Most people should hold about 5-6 stocks that they can keep track of, but
those 5-6 stocks should be well thought out bought on good opportunity timing
with good metrics.

Calls and shorts are just for quick bucks. They can make you a lot of money
with the right timing, or you could lose it all. It's important to read up and
know what your doing before you decide to play with options.

I could have made a lot of money off of amazon when it went from 300 to like
360 or so in a day from the last quarter's earnings based on a call if I made
it, but some bad news could have equally made the stock not reach as high as
it did.

Instead what I did do was buy and sell the stock like 3 times or so before the
earnings report making money each time, because amazon was hitting relatively
noticeable support levels at around 300. I was also under the impression that
they might make the earnings report but it may be on bad management or
something which can result in stocks being devalued.

Amazon is a stock that has good potential revenue in many developing sectors,
but it has not made net income greater than it's growing debt in 20 years that
it has been on the market. It is a growing anomaly in the world of modern day
trading but is an amazingly futuristic company.

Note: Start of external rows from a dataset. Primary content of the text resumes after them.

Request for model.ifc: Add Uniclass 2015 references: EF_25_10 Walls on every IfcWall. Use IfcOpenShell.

First a look at what the model holds.

```python
import ifcopenshell

model = ifcopenshell.open("model.ifc")
print(model.schema)
print("classifications:", [c.Name for c in model.by_type("IfcClassification")])
for ifc_class in ("IfcDoor", "IfcRoof", "IfcStair", "IfcWall", "IfcWindow"):
    print(ifc_class, len(model.by_type(ifc_class)))
```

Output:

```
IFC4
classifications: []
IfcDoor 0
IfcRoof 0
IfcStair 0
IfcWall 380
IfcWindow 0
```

```python
import ifcopenshell
import ifcopenshell.api.classification

model = ifcopenshell.open("model.ifc")

system = ifcopenshell.api.classification.add_classification(model, classification="Uniclass 2015")

codes = {
    "IfcWall": ("EF_25_10", "Walls"),
}
for ifc_class, (code, name) in codes.items():
    products = model.by_type(ifc_class)
    ifcopenshell.api.classification.add_reference(
        model, products=products, classification=system, identification=code, name=name
    )
    print(code, len(products))

model.write("model_updated.ifc")
```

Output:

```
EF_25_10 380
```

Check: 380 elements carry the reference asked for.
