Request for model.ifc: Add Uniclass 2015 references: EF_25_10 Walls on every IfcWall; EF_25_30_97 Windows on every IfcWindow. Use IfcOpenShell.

First a look at what the model holds.

```python
import ifcopenshell

model = ifcopenshell.open("model.ifc")
print(model.schema)
print("classifications:", [c.Name for c in model.by_type("IfcClassification")])
for ifc_class in ("IfcDoor", "IfcRoof", "IfcStair", "IfcWall", "IfcWindow"):
    print(ifc_class, len(model.by_type(ifc_class)))
```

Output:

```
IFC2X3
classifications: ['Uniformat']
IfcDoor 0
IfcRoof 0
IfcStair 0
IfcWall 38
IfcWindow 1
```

```python
import ifcopenshell
import ifcopenshell.api.classification

model = ifcopenshell.open("model.ifc")

# IFC2X3 requires Source and Edition and has no link from the project to the system.
system = model.create_entity("IfcClassification", Source="NBS", Edition="2015", Name="Uniclass 2015")

codes = {
    "IfcWall": ("EF_25_10", "Walls"),
    "IfcWindow": ("EF_25_30_97", "Windows"),
}
for ifc_class, (code, name) in codes.items():
    products = model.by_type(ifc_class)
    ifcopenshell.api.classification.add_reference(
        model, products=products, classification=system, identification=code, name=name
    )
    print(code, len(products))

model.write("model_edited.ifc")
```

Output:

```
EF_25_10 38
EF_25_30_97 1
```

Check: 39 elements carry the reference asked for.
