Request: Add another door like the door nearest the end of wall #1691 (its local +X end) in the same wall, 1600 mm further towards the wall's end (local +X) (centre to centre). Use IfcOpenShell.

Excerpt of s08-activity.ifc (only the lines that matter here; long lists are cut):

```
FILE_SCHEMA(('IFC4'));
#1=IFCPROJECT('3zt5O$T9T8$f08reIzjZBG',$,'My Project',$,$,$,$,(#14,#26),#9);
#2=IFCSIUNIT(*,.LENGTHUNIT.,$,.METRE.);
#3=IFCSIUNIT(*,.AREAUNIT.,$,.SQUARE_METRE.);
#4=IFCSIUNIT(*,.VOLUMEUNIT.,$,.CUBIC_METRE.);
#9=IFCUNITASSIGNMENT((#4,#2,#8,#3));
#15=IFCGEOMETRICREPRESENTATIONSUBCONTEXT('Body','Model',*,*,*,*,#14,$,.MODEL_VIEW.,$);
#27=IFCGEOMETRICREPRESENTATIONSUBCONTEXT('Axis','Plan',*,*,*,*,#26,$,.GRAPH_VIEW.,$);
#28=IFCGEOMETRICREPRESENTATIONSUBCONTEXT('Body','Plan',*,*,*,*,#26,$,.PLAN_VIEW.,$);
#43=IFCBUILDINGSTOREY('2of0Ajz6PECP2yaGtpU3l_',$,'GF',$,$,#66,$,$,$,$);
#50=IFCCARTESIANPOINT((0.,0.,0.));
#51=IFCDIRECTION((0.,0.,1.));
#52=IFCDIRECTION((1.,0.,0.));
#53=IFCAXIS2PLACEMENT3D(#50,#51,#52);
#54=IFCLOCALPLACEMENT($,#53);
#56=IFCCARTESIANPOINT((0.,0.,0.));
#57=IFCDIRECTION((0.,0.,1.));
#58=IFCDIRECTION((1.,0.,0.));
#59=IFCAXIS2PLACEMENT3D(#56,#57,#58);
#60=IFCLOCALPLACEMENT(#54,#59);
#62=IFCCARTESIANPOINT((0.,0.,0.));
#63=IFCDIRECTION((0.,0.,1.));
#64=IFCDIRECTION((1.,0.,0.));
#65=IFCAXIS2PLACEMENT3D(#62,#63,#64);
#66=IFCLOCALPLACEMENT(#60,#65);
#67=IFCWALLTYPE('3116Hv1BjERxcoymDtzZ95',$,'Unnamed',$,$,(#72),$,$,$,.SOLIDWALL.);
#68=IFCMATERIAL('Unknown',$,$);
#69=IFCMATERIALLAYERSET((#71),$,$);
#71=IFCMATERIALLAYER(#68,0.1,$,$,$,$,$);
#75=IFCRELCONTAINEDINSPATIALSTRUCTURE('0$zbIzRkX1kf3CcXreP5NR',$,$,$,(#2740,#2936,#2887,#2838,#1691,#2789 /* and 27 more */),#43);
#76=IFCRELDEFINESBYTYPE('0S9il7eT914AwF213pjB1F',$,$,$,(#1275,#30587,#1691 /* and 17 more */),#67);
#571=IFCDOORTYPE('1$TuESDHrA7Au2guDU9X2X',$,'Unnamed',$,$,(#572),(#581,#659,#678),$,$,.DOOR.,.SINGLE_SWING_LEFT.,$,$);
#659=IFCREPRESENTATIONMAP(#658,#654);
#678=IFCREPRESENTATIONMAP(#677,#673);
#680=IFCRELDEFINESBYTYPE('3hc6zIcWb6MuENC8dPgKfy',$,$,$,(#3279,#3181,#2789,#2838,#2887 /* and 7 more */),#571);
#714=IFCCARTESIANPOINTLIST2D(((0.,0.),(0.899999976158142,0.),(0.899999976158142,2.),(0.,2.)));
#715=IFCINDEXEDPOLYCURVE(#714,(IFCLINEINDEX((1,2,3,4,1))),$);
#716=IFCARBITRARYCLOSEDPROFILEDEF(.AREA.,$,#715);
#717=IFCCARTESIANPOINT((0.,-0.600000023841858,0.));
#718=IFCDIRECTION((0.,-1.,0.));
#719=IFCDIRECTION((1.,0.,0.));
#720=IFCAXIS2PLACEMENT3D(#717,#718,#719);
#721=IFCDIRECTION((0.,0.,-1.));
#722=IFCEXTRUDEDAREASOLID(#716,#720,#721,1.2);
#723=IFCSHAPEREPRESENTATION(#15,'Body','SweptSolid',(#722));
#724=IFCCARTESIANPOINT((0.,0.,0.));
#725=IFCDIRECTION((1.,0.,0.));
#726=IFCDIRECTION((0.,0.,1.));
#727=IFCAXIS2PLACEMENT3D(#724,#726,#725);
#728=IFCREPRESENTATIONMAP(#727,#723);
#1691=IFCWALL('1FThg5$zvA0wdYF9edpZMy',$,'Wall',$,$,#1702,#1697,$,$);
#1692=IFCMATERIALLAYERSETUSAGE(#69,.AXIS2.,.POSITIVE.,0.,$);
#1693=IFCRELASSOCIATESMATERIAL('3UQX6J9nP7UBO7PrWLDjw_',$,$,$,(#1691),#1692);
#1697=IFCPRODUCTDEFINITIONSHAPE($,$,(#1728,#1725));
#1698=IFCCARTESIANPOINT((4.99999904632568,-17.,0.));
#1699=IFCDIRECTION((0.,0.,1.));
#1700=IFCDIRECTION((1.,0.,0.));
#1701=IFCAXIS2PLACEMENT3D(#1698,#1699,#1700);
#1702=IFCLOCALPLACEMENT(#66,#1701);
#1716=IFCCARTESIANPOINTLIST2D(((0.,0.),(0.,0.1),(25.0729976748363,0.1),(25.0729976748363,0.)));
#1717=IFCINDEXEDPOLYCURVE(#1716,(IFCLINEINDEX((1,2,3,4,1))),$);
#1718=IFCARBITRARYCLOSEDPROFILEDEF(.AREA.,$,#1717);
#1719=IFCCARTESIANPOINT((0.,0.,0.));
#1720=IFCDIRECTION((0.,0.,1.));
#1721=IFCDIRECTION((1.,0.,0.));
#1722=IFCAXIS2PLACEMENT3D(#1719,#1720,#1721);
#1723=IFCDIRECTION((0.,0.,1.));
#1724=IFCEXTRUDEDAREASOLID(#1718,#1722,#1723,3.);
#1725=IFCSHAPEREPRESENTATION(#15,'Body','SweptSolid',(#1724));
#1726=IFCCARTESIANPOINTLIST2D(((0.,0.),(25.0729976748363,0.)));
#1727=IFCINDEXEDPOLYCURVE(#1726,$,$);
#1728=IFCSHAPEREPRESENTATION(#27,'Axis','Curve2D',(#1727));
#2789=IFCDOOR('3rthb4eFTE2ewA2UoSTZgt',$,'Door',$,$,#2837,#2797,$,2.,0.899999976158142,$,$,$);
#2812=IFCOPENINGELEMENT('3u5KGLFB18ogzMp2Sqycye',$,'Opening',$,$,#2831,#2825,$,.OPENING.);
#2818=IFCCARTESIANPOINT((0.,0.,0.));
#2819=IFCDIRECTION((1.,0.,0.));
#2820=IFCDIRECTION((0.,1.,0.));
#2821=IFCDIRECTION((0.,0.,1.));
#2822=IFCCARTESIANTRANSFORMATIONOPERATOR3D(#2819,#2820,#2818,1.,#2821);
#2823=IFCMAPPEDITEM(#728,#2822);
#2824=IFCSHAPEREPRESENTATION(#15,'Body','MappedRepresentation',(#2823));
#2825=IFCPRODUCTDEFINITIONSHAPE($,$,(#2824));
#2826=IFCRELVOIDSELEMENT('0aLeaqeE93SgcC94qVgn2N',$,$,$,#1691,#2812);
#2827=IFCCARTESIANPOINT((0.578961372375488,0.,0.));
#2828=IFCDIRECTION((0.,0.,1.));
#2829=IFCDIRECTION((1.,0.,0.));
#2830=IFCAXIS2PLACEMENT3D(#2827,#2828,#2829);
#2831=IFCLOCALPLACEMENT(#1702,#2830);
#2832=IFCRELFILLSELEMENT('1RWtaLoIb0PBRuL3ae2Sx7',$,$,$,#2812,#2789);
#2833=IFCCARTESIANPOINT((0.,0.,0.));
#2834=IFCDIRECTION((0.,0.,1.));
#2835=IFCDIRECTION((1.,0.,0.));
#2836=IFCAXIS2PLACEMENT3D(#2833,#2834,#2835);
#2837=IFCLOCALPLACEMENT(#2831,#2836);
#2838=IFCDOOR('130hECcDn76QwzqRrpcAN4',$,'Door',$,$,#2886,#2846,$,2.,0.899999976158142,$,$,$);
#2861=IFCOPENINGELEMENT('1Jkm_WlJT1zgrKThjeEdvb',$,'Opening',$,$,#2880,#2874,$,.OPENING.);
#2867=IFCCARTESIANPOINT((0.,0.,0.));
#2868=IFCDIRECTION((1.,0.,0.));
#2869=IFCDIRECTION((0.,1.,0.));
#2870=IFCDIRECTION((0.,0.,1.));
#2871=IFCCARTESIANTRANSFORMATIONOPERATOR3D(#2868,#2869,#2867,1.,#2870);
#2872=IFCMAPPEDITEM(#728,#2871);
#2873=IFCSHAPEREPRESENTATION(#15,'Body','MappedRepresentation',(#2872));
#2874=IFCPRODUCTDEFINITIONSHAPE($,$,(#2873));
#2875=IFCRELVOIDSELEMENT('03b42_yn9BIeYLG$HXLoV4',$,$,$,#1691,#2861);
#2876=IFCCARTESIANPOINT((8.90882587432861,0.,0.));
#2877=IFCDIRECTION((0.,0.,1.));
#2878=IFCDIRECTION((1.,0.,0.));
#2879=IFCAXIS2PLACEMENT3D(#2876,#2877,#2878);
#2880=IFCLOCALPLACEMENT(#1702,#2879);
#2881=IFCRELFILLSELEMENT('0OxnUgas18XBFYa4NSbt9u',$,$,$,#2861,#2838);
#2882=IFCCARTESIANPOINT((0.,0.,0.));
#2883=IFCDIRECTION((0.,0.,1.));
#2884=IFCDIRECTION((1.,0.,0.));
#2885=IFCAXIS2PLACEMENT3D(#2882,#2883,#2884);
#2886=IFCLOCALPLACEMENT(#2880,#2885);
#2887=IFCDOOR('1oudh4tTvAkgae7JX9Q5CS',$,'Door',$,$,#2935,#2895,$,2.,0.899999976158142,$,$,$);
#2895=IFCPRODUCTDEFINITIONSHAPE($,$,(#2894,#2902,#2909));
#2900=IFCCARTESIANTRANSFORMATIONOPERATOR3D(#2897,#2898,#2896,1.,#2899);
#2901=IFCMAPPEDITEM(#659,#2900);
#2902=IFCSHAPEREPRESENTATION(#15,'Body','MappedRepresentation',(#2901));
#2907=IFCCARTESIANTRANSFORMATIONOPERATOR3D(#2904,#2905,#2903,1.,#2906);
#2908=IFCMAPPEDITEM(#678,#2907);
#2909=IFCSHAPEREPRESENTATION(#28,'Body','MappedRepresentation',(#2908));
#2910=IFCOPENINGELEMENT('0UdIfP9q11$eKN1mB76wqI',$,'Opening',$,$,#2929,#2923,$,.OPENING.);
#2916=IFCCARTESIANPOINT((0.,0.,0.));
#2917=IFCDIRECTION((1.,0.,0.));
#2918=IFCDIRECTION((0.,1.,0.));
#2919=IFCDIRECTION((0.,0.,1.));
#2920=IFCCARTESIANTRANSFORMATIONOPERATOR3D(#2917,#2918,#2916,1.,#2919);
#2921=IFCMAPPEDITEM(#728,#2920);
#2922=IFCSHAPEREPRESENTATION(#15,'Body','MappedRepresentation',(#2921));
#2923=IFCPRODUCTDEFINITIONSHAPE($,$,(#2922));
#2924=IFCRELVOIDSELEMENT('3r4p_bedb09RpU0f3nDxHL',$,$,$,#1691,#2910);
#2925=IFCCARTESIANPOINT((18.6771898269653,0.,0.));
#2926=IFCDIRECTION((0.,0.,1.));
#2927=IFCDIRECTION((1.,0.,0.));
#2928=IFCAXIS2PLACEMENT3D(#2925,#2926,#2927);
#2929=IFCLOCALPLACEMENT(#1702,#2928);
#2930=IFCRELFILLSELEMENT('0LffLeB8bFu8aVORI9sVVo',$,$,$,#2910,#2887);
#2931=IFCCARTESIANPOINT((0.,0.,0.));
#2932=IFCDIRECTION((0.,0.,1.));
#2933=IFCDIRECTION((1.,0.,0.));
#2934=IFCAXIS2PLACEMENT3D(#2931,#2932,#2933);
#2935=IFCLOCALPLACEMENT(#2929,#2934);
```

```python
import ifcopenshell
import ifcopenshell.api.feature
import ifcopenshell.api.geometry
import ifcopenshell.api.root
import ifcopenshell.geom
import ifcopenshell.util.element
import ifcopenshell.util.placement
import ifcopenshell.util.shape

model = ifcopenshell.open("s08-activity.ifc")
settings = ifcopenshell.geom.settings()


def volume(element):
    """Net volume in cubic metres, openings subtracted."""
    shape = ifcopenshell.geom.create_shape(settings, element)
    return ifcopenshell.util.shape.get_volume(shape.geometry)


door = model.by_guid("1oudh4tTvAkgae7JX9Q5CS")
opening = door.FillsVoids[0].RelatingOpeningElement
wall = opening.VoidsElements[0].RelatingBuildingElement
before = volume(wall)
shift = ifcopenshell.util.placement.get_local_placement(wall.ObjectPlacement)[:3, 0] * 1.6

# copy_class copies the void relationship, type, container and properties, but no geometry.
new_opening = ifcopenshell.api.root.copy_class(model, product=opening)
new_opening.Representation = ifcopenshell.util.element.copy_deep(
    model, opening.Representation, exclude=["IfcGeometricRepresentationContext", "IfcRepresentationMap"]
)
new_door = ifcopenshell.api.root.copy_class(model, product=door)
new_door.Representation = ifcopenshell.util.element.copy_deep(
    model, door.Representation, exclude=["IfcGeometricRepresentationContext", "IfcRepresentationMap"]
)
ifcopenshell.api.feature.add_filling(model, opening=new_opening, element=new_door)

for old, new in ((opening, new_opening), (door, new_door)):
    matrix = ifcopenshell.util.placement.get_local_placement(old.ObjectPlacement)
    matrix[:3, 3] += shift
    ifcopenshell.api.geometry.edit_object_placement(model, product=new, matrix=matrix, is_si=False)

after = volume(wall)

print(f"wall volume {before:.3f} -> {after:.3f} m3")

model.write("s08-activity_rev.ifc")
```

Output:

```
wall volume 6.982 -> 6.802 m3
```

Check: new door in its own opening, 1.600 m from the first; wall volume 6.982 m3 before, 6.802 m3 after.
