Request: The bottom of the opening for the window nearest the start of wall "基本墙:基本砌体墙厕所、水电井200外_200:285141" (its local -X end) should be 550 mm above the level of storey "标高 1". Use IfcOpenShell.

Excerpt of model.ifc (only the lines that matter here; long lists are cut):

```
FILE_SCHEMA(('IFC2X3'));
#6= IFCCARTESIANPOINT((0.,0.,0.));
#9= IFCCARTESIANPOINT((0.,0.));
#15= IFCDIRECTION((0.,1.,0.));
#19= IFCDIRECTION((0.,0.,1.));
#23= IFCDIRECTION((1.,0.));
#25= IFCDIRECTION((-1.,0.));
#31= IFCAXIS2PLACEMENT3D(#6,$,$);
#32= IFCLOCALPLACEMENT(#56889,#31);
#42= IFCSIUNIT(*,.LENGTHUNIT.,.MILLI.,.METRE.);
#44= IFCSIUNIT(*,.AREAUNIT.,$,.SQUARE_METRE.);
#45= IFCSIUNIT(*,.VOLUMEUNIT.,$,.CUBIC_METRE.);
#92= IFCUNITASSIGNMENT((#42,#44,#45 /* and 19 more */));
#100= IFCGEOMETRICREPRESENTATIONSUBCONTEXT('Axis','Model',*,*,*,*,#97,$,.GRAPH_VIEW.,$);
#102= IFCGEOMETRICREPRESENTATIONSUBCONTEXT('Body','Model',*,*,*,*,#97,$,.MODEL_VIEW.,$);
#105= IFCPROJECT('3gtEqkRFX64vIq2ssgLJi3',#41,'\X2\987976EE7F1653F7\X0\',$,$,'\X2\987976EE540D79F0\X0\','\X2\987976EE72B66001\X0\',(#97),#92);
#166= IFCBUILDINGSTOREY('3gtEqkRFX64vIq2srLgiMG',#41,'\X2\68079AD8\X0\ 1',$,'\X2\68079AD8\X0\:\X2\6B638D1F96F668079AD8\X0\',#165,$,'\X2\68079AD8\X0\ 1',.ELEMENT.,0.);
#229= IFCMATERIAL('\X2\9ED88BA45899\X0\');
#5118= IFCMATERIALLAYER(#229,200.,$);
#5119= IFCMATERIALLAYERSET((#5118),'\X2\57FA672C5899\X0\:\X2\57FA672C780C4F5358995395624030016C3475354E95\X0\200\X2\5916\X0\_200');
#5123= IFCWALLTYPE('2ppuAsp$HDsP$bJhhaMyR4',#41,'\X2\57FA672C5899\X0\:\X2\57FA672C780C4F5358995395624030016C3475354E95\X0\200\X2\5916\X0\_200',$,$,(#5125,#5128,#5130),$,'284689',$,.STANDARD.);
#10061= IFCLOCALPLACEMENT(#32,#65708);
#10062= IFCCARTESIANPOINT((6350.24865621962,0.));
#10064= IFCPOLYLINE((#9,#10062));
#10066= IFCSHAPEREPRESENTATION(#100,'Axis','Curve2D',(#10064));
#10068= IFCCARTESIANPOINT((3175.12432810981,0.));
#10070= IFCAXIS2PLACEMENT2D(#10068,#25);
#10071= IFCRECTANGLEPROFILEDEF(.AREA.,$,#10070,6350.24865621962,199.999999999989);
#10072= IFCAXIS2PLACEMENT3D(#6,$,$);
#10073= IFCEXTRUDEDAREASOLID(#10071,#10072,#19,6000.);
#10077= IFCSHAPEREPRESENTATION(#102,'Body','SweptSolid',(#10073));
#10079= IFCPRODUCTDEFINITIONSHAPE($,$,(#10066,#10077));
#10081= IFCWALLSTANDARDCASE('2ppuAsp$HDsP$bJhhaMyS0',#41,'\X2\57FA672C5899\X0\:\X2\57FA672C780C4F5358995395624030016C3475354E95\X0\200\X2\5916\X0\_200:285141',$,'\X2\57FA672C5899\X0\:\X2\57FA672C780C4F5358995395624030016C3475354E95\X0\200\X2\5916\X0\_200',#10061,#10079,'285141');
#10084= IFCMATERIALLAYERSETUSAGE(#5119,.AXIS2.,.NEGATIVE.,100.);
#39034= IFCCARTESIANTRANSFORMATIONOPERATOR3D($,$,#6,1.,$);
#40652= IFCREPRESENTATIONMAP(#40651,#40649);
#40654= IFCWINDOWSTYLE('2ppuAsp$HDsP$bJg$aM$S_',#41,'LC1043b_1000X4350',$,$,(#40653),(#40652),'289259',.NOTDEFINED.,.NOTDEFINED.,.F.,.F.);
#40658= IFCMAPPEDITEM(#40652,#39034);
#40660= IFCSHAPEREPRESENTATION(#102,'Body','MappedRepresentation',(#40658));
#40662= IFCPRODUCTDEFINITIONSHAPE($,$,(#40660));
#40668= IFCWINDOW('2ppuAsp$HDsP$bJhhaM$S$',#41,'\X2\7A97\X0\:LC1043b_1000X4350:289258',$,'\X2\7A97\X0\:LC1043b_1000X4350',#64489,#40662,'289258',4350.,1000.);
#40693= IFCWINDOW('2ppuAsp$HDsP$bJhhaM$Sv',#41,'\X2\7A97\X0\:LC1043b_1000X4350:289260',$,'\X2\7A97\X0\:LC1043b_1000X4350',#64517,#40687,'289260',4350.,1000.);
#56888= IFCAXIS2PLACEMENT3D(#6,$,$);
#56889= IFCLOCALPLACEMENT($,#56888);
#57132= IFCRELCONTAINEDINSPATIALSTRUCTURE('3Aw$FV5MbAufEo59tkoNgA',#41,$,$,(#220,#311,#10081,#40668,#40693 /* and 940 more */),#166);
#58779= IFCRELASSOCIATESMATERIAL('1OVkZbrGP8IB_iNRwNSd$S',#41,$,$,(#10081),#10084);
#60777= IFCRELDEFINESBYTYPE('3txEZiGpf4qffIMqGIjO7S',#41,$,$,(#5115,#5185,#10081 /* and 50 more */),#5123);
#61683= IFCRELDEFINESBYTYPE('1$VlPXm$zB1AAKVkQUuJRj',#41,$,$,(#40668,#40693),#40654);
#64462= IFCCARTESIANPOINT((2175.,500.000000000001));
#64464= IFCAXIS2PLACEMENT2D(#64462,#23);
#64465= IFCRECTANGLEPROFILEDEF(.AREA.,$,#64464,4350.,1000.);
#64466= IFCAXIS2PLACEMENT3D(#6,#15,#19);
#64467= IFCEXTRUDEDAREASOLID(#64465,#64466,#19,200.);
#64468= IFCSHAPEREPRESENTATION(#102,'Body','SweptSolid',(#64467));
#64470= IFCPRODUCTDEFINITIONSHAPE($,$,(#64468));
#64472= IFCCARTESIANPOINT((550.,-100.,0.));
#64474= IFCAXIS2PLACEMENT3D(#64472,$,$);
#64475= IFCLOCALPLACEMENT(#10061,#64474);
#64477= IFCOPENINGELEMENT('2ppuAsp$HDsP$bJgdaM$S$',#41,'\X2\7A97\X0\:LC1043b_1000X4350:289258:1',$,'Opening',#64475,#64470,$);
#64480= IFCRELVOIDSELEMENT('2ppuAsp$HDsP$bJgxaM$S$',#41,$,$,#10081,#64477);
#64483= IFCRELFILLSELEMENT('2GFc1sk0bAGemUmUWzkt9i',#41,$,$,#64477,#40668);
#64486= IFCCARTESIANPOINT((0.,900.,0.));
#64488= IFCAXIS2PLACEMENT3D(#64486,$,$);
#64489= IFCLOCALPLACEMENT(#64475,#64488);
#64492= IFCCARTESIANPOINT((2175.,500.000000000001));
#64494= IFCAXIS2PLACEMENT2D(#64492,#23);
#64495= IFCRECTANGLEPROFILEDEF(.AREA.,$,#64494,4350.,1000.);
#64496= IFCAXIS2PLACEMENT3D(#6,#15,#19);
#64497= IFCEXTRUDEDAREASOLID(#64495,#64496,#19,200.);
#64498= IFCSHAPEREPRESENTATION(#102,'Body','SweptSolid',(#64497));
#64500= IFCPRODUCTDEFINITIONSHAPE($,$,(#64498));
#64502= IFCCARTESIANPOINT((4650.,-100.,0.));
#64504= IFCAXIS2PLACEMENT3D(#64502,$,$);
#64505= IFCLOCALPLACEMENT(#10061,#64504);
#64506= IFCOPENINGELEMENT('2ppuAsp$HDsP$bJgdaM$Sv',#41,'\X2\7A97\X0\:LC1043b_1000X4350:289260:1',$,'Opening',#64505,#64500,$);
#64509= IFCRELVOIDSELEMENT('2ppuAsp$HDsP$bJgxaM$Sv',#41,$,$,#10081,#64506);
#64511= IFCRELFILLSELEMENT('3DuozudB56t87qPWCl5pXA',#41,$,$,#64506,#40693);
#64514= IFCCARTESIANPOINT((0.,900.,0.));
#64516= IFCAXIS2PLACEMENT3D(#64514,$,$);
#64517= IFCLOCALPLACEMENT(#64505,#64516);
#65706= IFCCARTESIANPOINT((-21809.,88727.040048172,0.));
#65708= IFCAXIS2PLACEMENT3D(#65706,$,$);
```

```python
import numpy as np
import ifcopenshell
import ifcopenshell.api.geometry
import ifcopenshell.geom
import ifcopenshell.util.element
import ifcopenshell.util.placement
import ifcopenshell.util.shape
import ifcopenshell.util.unit

model = ifcopenshell.open("model.ifc")
unit_scale = ifcopenshell.util.unit.calculate_unit_scale(model)

window = model.by_guid("2ppuAsp$HDsP$bJhhaM$S$")
opening = window.FillsVoids[0].RelatingOpeningElement
storey = ifcopenshell.util.element.get_container(window, ifc_class="IfcBuildingStorey")
level = ifcopenshell.util.placement.get_local_placement(storey.ObjectPlacement)[2, 3]

# The opening's origin need not be at the sill, so measure its lowest point.
shape = ifcopenshell.geom.create_shape(ifcopenshell.geom.settings(), opening)
bottom = ifcopenshell.util.shape.get_shape_bottom_elevation(shape, shape.geometry) / unit_scale
dz = level + 0.55 / unit_scale - bottom

shift = np.array([0.0, 0.0, dz])
# The window is placed relative to its opening, so it follows when the opening moves.
matrix = ifcopenshell.util.placement.get_local_placement(opening.ObjectPlacement)
matrix[:3, 3] += shift
ifcopenshell.api.geometry.edit_object_placement(
    model, product=opening, matrix=matrix, is_si=False, should_transform_children=True
)

print(f"moved by {dz * unit_scale:+.3f} m")

model.write("model_edited.ifc")
```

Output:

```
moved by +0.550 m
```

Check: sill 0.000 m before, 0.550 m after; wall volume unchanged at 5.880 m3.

Hedging is also something you only really do if you are heavily invested. Like
buying a put on the S&P 500 if you have a large portfolio(large as in good %
of your money) but you are worried about a stock market crash.

------
gus_massa
Nothing useful, just a warning: "Don't invest more than you can afford to
lose"

If you are new in that business, you'll probably make a few mistakes. I guess
you are not a millionaire, but anyway read this advice:
[http://www.nutmeg.com/nutmegonomics/2014/05/19/lessons-in-
mo...](http://www.nutmeg.com/nutmegonomics/2014/05/19/lessons-in-money-
management-from-google-an-open-letter-to-future-millionaires/)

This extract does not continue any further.